Paşa kızmadı. Kısa ve sempatik bir kahkaha attıktan sonra konuştu.
“Hanımefendi soyunu sopunu bilmediğim, kendisini tanımadığım bir adama ne kefil olabilirdim ne de kız verebilirdim. Biraz uzun sürse de iyi bir araştırma yaptırttım. Bana ulaşan bilgi ve görüşleri zaman zaman Hasan Çavuş’u makama çağırıp sorularla test ettim. Gördüm ki Çavuş tertemiz bir ailenin çocuğudur. Yalanı yoktur, sözünün eridir, yiğittir, kahramandır, kefil olunup evlat yerine konulacak adamdır. Ondan sonradır ki ‘Hanımefendi’yle Hatice’ye anlatacakların varmış, izinlisin! Git, anlat!’ dedim.”
Paşa’nın bu sözlerinden sonra başta Hasan Çavuş olmak üzere Hatice, Hanımefendi açılarından pek çok cevapsız soru cevaplanmış oldu. Artık kimse “Paşa bu evliliğe karşı mı? Niçin Hatice ile Hasan Çavuşu görüştürmüyor?” sorularını aklından bile geçirmeyecekti. Herkes mutlu, sevinçli görünüyordu. Rıza Paşa’nın yaptığı kısa bir dua ile gece sona erdi.
Paşa, sabah karargâha gitmek üzere konaktan ayrılırken kendisini yolcu etmek üzere çıkanları şöyle bir süzdükten sonra eşi Hanımefendi’nin gözlerinin içine bakarak emreder gibi kısa bir hatırlatma yaptı.

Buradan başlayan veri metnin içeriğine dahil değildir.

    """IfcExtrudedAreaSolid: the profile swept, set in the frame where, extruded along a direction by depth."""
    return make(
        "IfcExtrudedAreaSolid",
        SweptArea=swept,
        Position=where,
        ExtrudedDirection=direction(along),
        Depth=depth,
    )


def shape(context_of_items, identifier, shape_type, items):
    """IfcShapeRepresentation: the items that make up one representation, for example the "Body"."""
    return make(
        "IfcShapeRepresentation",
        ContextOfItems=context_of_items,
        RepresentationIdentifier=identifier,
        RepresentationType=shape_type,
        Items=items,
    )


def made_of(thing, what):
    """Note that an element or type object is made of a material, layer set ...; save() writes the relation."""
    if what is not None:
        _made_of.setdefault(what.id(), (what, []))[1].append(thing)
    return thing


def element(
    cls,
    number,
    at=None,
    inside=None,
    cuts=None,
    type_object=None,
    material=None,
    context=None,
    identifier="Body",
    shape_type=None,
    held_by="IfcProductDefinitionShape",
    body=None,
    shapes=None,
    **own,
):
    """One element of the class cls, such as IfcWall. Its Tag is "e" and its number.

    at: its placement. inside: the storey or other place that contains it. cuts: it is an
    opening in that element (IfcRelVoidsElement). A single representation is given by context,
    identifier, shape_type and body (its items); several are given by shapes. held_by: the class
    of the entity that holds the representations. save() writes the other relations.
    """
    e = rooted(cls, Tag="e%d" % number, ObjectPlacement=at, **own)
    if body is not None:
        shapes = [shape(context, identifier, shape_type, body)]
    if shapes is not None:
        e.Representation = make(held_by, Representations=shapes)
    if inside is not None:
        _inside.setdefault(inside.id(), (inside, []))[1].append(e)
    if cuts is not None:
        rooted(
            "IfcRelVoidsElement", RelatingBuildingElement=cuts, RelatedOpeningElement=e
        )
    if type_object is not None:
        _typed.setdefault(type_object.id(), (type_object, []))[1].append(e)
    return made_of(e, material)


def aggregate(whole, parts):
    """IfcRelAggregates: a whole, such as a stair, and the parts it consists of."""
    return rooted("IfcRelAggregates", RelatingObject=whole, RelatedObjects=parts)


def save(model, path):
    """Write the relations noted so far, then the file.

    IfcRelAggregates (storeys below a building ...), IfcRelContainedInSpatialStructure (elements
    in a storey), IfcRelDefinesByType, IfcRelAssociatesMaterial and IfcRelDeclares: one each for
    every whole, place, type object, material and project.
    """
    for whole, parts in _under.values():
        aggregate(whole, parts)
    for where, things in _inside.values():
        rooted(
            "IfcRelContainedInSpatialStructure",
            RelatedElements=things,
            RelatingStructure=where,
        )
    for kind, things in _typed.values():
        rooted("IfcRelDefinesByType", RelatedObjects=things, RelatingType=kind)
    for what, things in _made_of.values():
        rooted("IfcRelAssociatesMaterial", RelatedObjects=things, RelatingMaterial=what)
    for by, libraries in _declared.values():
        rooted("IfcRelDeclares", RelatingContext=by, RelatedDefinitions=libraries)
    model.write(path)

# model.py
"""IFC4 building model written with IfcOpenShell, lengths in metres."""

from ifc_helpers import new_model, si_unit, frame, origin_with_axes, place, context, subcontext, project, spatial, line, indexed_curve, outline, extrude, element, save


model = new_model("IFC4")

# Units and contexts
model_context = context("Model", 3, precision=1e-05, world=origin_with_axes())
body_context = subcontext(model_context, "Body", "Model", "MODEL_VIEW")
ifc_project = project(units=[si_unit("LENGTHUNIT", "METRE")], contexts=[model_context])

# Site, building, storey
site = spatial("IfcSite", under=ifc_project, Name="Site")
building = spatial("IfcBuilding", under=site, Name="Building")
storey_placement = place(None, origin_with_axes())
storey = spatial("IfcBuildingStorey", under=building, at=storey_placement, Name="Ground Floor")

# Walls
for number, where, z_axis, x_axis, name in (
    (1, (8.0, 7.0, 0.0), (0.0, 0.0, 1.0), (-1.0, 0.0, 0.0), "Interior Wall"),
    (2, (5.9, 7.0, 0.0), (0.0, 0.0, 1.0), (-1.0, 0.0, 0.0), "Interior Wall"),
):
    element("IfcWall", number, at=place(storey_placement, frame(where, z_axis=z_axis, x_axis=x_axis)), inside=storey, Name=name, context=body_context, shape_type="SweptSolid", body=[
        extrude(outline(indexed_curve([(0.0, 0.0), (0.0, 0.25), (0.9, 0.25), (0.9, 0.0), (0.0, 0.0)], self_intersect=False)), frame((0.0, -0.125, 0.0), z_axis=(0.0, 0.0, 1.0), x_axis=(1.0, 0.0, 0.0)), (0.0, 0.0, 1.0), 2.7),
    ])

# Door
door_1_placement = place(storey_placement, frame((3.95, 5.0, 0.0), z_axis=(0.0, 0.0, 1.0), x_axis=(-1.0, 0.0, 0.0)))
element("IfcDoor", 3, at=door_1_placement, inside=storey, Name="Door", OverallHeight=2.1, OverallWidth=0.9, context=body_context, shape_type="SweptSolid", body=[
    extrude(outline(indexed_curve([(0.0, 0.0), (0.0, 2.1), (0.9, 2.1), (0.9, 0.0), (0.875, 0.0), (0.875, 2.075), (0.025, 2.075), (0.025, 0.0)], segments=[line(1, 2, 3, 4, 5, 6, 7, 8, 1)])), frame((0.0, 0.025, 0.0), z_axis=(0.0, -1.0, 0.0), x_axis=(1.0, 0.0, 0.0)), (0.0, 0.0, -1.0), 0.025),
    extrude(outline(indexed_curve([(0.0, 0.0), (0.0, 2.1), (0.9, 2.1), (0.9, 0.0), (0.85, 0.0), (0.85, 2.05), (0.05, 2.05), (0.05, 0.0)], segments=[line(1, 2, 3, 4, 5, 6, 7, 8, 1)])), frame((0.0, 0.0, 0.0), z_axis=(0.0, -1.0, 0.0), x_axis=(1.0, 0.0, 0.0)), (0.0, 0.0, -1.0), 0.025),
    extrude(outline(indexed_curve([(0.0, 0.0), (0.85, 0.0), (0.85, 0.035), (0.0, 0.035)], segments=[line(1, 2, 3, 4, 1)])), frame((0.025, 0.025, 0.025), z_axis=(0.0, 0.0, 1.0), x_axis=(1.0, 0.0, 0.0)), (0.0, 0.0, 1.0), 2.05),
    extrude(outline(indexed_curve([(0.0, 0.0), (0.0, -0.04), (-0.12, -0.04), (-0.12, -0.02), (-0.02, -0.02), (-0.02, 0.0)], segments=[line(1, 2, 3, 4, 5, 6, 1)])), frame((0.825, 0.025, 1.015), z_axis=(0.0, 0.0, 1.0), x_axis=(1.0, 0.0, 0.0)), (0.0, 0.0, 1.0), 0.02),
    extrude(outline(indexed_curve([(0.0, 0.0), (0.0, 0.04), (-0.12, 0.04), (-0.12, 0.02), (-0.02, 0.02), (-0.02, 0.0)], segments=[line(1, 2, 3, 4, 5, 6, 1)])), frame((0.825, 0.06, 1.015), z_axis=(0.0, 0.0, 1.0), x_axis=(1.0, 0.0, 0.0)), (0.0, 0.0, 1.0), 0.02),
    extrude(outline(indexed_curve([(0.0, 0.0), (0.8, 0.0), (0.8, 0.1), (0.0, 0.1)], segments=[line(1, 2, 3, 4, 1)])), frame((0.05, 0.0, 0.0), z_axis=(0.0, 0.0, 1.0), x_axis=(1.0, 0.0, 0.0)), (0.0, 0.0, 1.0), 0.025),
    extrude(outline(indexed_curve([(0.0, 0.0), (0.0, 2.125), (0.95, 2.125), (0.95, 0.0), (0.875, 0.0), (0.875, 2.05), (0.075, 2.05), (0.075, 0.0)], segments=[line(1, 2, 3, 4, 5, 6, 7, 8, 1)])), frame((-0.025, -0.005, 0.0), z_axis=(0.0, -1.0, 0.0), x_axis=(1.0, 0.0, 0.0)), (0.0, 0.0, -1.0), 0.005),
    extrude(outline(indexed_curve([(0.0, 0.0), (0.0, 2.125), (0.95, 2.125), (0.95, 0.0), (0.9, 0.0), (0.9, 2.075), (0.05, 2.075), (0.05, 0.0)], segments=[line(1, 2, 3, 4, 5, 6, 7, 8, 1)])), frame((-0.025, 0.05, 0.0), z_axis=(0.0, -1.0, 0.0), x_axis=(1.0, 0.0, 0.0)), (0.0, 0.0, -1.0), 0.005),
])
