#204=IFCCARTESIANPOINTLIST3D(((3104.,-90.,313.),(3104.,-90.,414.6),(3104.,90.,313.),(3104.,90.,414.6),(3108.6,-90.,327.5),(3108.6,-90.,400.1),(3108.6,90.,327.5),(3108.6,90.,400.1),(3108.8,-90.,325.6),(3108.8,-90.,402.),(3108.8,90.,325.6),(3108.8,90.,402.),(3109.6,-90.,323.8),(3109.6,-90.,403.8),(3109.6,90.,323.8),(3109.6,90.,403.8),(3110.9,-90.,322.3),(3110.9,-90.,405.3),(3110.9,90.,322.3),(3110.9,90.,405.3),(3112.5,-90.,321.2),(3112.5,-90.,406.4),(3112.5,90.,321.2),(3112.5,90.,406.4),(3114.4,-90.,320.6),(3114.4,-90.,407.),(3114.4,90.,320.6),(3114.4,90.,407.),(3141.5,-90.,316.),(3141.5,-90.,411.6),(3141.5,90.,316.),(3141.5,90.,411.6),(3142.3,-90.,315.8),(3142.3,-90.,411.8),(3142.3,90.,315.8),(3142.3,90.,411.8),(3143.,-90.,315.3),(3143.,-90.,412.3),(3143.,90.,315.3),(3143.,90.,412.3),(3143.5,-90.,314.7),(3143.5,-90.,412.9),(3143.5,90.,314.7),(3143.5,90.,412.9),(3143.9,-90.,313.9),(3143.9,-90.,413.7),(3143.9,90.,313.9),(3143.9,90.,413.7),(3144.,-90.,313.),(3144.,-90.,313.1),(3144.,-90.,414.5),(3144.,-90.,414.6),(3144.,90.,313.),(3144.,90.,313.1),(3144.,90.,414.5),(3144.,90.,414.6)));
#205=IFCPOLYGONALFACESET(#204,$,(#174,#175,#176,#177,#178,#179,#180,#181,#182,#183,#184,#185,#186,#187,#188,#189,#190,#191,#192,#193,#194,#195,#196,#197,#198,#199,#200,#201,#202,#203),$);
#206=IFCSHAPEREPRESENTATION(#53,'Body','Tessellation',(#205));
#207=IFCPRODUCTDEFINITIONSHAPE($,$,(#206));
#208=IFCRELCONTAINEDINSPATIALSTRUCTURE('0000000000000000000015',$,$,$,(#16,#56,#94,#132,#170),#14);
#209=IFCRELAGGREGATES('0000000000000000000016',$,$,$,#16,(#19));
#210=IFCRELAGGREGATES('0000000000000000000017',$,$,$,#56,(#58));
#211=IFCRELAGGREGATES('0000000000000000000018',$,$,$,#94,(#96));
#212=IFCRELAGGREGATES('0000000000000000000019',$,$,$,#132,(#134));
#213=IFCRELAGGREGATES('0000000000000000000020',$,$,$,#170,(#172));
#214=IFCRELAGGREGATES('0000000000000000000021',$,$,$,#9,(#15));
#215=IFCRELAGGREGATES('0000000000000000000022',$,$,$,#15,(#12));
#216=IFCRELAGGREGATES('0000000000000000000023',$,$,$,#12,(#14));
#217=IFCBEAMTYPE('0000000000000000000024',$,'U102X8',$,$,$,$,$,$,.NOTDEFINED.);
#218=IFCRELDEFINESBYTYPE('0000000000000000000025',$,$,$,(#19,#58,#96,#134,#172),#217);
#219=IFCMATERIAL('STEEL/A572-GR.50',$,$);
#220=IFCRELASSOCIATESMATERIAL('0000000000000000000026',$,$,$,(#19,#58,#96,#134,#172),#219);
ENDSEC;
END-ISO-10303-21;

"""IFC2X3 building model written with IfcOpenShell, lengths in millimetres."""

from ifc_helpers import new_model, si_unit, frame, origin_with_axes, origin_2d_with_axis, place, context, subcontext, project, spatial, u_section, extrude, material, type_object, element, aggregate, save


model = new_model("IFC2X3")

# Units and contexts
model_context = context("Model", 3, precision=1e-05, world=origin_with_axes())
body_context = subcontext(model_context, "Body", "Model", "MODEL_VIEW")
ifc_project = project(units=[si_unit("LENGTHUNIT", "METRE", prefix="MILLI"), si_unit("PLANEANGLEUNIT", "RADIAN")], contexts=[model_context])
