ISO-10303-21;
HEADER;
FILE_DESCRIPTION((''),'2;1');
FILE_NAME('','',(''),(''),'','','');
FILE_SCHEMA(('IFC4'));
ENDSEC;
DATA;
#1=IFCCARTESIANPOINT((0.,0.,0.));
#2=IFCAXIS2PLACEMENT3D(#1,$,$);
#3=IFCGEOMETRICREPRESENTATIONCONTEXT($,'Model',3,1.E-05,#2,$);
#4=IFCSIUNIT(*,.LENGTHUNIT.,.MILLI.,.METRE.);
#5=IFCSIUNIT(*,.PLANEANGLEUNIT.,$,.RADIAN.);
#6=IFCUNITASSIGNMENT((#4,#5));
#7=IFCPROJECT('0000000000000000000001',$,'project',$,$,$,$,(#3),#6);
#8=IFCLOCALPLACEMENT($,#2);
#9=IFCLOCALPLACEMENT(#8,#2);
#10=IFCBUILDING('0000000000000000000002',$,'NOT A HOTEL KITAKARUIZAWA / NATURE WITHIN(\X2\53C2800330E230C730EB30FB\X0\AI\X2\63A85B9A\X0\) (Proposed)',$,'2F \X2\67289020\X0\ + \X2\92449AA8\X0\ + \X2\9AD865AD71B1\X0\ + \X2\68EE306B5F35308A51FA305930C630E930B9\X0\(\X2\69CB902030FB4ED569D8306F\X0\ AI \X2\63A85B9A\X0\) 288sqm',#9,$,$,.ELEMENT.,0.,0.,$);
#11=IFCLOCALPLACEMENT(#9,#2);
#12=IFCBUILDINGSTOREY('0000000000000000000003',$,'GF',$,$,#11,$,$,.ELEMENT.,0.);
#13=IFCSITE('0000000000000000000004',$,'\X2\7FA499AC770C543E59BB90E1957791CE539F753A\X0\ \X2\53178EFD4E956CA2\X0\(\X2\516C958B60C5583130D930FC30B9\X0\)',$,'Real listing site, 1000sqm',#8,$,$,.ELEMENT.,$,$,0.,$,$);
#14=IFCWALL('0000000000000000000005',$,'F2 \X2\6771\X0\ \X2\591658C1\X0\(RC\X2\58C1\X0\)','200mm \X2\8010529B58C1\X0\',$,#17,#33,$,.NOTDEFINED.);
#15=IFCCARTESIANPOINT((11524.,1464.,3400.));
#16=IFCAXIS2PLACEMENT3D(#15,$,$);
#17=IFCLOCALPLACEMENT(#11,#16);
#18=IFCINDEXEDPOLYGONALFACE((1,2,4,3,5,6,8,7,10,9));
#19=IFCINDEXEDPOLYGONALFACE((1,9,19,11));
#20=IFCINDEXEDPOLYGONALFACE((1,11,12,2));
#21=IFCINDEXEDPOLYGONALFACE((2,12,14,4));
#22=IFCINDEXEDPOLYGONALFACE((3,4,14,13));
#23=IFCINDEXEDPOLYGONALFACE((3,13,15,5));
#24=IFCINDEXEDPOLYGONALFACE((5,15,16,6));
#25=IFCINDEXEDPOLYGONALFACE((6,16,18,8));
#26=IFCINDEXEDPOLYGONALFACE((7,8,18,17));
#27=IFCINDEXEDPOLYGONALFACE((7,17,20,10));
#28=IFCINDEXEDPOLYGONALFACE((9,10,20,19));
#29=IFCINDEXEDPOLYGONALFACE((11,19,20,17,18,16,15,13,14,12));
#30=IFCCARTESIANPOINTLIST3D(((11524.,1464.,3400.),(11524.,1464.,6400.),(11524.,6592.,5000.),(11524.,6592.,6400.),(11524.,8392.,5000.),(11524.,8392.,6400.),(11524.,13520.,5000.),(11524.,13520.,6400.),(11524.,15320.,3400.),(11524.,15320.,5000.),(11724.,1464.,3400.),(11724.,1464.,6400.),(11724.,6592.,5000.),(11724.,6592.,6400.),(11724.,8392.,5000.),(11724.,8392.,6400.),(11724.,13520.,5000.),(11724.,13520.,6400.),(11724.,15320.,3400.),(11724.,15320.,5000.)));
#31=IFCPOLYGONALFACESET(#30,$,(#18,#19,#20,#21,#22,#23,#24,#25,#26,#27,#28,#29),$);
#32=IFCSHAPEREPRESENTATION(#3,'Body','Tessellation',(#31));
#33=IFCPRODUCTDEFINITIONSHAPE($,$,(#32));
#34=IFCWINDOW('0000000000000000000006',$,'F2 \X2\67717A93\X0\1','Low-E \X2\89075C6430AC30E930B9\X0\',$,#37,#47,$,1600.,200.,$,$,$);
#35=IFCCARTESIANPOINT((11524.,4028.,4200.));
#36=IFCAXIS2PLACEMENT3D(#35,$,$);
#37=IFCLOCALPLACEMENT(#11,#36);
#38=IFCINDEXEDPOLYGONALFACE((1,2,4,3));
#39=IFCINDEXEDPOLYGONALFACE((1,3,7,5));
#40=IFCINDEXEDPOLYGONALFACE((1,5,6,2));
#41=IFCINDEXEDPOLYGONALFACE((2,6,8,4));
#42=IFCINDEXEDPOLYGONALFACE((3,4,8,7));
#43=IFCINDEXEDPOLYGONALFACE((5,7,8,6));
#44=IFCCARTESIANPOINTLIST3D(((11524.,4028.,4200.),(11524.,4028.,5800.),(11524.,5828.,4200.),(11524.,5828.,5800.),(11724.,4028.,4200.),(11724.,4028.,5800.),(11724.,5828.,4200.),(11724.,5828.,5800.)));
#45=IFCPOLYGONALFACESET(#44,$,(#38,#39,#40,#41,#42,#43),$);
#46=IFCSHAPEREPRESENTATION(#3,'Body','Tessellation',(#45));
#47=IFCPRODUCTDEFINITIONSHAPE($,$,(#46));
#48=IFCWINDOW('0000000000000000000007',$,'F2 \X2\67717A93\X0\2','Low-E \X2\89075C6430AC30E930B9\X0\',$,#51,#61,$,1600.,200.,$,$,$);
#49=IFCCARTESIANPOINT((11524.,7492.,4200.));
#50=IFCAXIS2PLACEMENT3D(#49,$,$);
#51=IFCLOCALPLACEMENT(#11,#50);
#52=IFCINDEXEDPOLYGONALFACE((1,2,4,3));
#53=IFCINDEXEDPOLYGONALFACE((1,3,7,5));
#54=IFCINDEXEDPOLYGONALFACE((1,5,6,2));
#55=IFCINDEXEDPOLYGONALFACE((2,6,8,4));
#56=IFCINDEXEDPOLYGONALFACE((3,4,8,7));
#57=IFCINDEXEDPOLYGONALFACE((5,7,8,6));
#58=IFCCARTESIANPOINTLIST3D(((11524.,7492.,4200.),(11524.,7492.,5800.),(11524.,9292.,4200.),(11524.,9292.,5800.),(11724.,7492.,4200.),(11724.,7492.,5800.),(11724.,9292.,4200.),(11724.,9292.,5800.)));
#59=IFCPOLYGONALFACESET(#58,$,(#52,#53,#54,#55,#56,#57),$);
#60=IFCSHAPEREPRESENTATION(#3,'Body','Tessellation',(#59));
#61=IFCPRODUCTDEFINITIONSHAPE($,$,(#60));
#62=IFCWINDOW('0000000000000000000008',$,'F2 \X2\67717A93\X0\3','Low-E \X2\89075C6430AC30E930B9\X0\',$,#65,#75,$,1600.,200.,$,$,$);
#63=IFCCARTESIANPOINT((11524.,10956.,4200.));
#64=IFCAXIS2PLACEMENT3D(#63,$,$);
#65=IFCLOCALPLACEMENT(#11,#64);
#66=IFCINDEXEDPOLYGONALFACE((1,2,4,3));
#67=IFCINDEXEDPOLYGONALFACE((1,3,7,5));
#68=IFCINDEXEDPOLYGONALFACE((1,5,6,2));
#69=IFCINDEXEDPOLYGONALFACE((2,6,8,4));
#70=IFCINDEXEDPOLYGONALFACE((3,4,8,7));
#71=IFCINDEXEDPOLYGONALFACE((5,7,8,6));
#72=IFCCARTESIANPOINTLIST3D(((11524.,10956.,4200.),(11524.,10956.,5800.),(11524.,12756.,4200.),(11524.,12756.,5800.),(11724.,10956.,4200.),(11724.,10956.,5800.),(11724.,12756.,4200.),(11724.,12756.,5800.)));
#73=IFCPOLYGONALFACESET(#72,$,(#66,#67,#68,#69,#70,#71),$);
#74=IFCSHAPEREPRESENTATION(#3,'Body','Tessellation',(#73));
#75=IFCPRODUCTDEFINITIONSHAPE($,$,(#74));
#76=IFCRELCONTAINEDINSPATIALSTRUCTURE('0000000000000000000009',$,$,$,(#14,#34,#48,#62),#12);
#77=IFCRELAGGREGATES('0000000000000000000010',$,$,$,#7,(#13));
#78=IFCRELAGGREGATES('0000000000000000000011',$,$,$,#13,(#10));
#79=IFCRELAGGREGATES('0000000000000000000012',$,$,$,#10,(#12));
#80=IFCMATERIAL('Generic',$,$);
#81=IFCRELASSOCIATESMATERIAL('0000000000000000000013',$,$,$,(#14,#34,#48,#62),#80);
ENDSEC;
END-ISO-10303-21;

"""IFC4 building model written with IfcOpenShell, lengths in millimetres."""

from ifc_helpers import new_model, si_unit, frame, frame_2d, origin, place, context, project, spatial, rectangle, extrude, material, element, fill, save


model = new_model("IFC4")

# Units and contexts
model_context = context("Model", 3, precision=1e-05, world=origin())
ifc_project = project(units=[si_unit("LENGTHUNIT", "METRE", prefix="MILLI"), si_unit("PLANEANGLEUNIT", "RADIAN")], contexts=[model_context])

# Site, building, storey
site_placement = place(None, origin())
site = spatial("IfcSite", under=ifc_project, at=site_placement, Name="群馬県吾妻郡長野原町 北軽井沢(公開情報ベース)", ObjectType="Real listing site, 1000sqm", CompositionType="ELEMENT", RefElevation=0.0)
building_placement = place(site_placement, origin())
building = spatial("IfcBuilding", under=site, at=building_placement, Name="NOT A HOTEL KITAKARUIZAWA / NATURE WITHIN(参考モデル・AI推定) (Proposed)", ObjectType="2F 木造 + 鉄骨 + 高断熱 + 森に張り出すテラス(構造・仕様は AI 推定) 288sqm", CompositionType="ELEMENT", ElevationOfRefHeight=0.0, ElevationOfTerrain=0.0)
storey_placement = place(building_placement, origin())
storey = spatial("IfcBuildingStorey", under=building, at=storey_placement, Name="GF", CompositionType="ELEMENT", Elevation=0.0)

# Shared definitions
ifc_material_1 = material(Name="Generic")

# Wall, openings, windows
wall_1_placement = place(storey_placement, frame((11524.0, 1464.0, 3400.0)))
wall_1 = element("IfcWall", 1, at=wall_1_placement, inside=storey, material=ifc_material_1, Name="F2 東 外壁(RC壁)", Description="200mm 耐力壁", PredefinedType="NOTDEFINED", context=model_context, shape_type="SweptSolid", body=[
    extrude(rectangle(XDim=200.0, YDim=13856.0, at=frame_2d((100.0, 6928.0))), frame((11524.0, 1464.0, 3400.0)), (0.0, 0.0, 1.0), 3000.0),
])
opening_1_placement = place(storey_placement, frame((11524.0, 4028.0, 4200.0)))
opening_1 = element("IfcOpeningElement", 2, at=opening_1_placement, cuts=wall_1, PredefinedType="NOTDEFINED", context=model_context, shape_type="SweptSolid", body=[
    extrude(rectangle(XDim=200.0, YDim=1800.0, at=frame_2d((100.0, 900.0))), frame((11524.0, 4028.0, 4200.0)), (0.0, 0.0, 1.0), 1600.0),
])
opening_2_placement = place(storey_placement, frame((11524.0, 7492.0, 4200.0)))
opening_2 = element("IfcOpeningElement", 3, at=opening_2_placement, cuts=wall_1, PredefinedType="NOTDEFINED", context=model_context, shape_type="SweptSolid", body=[
    extrude(rectangle(XDim=200.0, YDim=1800.0, at=frame_2d((100.0, 900.0))), frame((11524.0, 7492.0, 4200.0)), (0.0, 0.0, 1.0), 1600.0),
])
opening_3_placement = place(storey_placement, frame((11524.0, 10956.0, 4200.0)))
opening_3 = element("IfcOpeningElement", 4, at=opening_3_placement, cuts=wall_1, PredefinedType="NOTDEFINED", context=model_context, shape_type="SweptSolid", body=[
    extrude(rectangle(XDim=200.0, YDim=1800.0, at=frame_2d((100.0, 900.0))), frame((11524.0, 10956.0, 4200.0)), (0.0, 0.0, 1.0), 1600.0),
])
window_1_placement = place(storey_placement, frame((11524.0, 4028.0, 4200.0)))
window_1 = element("IfcWindow", 5, at=window_1_placement, inside=storey, material=ifc_material_1, Name="F2 東窓1", Description="Low-E 複層ガラス", OverallHeight=1600.0, OverallWidth=200.0, context=model_context, shape_type="SweptSolid", body=[
    extrude(rectangle(XDim=200.0, YDim=1800.0, at=frame_2d((100.0, 900.0))), frame((11524.0, 4028.0, 4200.0)), (0.0, 0.0, 1.0), 1600.0),
])
fill(opening_1, window_1)
window_2_placement = place(storey_placement, frame((11524.0, 7492.0, 4200.0)))
window_2 = element("IfcWindow", 6, at=window_2_placement, inside=storey, material=ifc_material_1, Name="F2 東窓2", Description="Low-E 複層ガラス", OverallHeight=1600.0, OverallWidth=200.0, context=model_context, shape_type="SweptSolid", body=[
    extrude(rectangle(XDim=200.0, YDim=1800.0, at=frame_2d((100.0, 900.0))), frame((11524.0, 7492.0, 4200.0)), (0.0, 0.0, 1.0), 1600.0),
])
fill(opening_2, window_2)
window_3_placement = place(storey_placement, frame((11524.0, 10956.0, 4200.0)))
window_3 = element("IfcWindow", 7, at=window_3_placement, inside=storey, material=ifc_material_1, Name="F2 東窓3", Description="Low-E 複層ガラス", OverallHeight=1600.0, OverallWidth=200.0, context=model_context, shape_type="SweptSolid", body=[
    extrude(rectangle(XDim=200.0, YDim=1800.0, at=frame_2d((100.0, 900.0))), frame((11524.0, 10956.0, 4200.0)), (0.0, 0.0, 1.0), 1600.0),
])
fill(opening_3, window_3)

save(model, "model.ifc")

“Hayır işlerde acele etmek gerek, biliyorsun değil mi?!”
“Biliyorum Paşam!”
Paşa eşine sevgiyle gülümsedi.
Konak halkına iki eliyle hoşça kalın işareti yaparak arabasına bindi.
O günden itibaren nişan, nikâh, düğün hazırlıklarına girişildi.